→ **Provided records**
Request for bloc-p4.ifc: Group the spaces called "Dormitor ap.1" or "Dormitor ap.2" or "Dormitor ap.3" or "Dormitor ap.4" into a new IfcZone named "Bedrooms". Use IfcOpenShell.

First a look at what the model holds.

```python
import ifcopenshell

model = ifcopenshell.open("bloc-p4.ifc")
print(model.schema)
seen = {}
for space in model.by_type("IfcSpace"):
    seen[space.LongName] = seen.get(space.LongName, 0) + 1
for name, count in sorted(seen.items(), key=str):
    print(count, "x", name)
print("zones:", [z.Name for z in model.by_type("IfcZone")][:20])
```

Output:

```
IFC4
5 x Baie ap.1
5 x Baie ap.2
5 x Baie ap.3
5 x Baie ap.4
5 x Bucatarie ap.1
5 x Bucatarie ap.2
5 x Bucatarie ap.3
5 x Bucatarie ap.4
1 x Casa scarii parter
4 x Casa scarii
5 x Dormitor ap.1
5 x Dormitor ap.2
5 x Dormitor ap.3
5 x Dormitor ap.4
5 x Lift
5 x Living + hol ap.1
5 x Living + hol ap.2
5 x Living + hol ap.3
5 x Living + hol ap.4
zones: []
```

```python
import ifcopenshell
import ifcopenshell.api.group
import ifcopenshell.api.root

model = ifcopenshell.open("bloc-p4.ifc")

names = {"Dormitor ap.1", "Dormitor ap.2", "Dormitor ap.3", "Dormitor ap.4"}
spaces = [s for s in model.by_type("IfcSpace") if s.LongName in names]

zone = ifcopenshell.api.root.create_entity(model, ifc_class="IfcZone", name="Bedrooms")
ifcopenshell.api.group.assign_group(model, products=spaces, group=zone)
print(len(spaces), "spaces in", zone.Name)

model.write("bloc-p4_rev.ifc")
```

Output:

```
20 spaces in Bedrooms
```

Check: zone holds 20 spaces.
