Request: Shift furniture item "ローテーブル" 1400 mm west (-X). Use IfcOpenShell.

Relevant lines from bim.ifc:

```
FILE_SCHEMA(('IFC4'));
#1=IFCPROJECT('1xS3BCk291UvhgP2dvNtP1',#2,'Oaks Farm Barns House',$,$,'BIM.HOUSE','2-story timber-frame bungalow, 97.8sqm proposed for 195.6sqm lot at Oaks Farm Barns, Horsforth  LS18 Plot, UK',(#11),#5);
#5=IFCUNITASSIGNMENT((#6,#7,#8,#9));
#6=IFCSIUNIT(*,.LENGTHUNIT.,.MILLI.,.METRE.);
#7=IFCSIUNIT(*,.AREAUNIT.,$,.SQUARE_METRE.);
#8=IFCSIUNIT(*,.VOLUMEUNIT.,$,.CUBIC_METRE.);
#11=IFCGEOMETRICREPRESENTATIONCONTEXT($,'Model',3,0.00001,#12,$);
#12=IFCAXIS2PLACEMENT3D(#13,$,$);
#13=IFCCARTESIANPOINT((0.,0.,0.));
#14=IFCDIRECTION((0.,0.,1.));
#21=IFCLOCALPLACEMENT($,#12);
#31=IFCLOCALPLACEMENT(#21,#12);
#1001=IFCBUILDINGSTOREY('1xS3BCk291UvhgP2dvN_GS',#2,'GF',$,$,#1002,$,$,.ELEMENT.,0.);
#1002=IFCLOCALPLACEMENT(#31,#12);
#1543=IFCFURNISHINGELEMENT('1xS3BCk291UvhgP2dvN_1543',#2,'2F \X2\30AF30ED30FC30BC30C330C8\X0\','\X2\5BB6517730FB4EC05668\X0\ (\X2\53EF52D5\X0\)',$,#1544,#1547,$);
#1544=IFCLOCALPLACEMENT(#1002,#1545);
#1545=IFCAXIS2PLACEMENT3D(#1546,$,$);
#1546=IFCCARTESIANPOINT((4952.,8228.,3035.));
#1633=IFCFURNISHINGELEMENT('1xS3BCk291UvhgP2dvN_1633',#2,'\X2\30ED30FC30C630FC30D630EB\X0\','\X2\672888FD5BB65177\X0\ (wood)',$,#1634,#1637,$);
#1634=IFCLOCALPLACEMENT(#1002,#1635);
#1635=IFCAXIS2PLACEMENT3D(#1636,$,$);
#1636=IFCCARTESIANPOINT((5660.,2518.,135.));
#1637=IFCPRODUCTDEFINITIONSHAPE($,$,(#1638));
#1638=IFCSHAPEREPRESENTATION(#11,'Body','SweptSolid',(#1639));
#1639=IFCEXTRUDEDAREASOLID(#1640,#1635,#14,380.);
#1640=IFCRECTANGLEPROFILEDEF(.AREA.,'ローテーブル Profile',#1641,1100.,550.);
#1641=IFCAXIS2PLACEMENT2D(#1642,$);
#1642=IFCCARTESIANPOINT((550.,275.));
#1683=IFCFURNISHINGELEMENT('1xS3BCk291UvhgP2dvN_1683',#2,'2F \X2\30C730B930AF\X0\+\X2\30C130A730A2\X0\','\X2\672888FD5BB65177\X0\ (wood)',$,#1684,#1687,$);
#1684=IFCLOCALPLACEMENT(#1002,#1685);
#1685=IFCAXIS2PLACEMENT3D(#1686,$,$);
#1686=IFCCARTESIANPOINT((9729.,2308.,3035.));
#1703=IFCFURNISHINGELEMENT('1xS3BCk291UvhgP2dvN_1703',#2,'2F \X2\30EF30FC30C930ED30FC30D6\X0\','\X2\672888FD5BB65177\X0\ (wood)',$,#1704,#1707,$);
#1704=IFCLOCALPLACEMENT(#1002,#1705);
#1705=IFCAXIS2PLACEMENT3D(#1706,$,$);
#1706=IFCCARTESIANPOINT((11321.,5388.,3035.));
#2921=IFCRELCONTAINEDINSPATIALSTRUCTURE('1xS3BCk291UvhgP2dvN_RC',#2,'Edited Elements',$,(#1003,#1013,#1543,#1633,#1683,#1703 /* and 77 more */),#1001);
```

```python
import ifcopenshell
import ifcopenshell.api.geometry
import ifcopenshell.util.placement
import ifcopenshell.util.unit

model = ifcopenshell.open("bim.ifc")
unit_scale = ifcopenshell.util.unit.calculate_unit_scale(model)

item = model.by_id(1633)
matrix = ifcopenshell.util.placement.get_local_placement(item.ObjectPlacement)
matrix[0, 3] -= 1.4 / unit_scale
ifcopenshell.api.geometry.edit_object_placement(model, product=item, matrix=matrix, is_si=False)

print(ifcopenshell.util.placement.get_local_placement(item.ObjectPlacement).round(3) + 0.0)

model.write("bim_v2.ifc")
```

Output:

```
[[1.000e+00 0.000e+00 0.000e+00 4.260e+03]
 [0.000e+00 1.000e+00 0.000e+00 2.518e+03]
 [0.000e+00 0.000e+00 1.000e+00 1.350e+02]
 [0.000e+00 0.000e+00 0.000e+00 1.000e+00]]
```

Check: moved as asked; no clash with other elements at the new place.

→ **What you need to do**
In the records above, each line with the string "IFCLOCALPLACEMENT" should be copied.

→ **Answer box**
#21=IFCLOCALPLACEMENT($,#12);
#31=IFCLOCALPLACEMENT(#21,#12);
#1002=IFCLOCALPLACEMENT(#31,#12);
#1544=IFCLOCALPLACEMENT(#1002,#1545);
#1634=IFCLOCALPLACEMENT(#1002,#1635);
#1684=IFCLOCALPLACEMENT(#1002,#1685);
#1704=IFCLOCALPLACEMENT(#1002,#1705);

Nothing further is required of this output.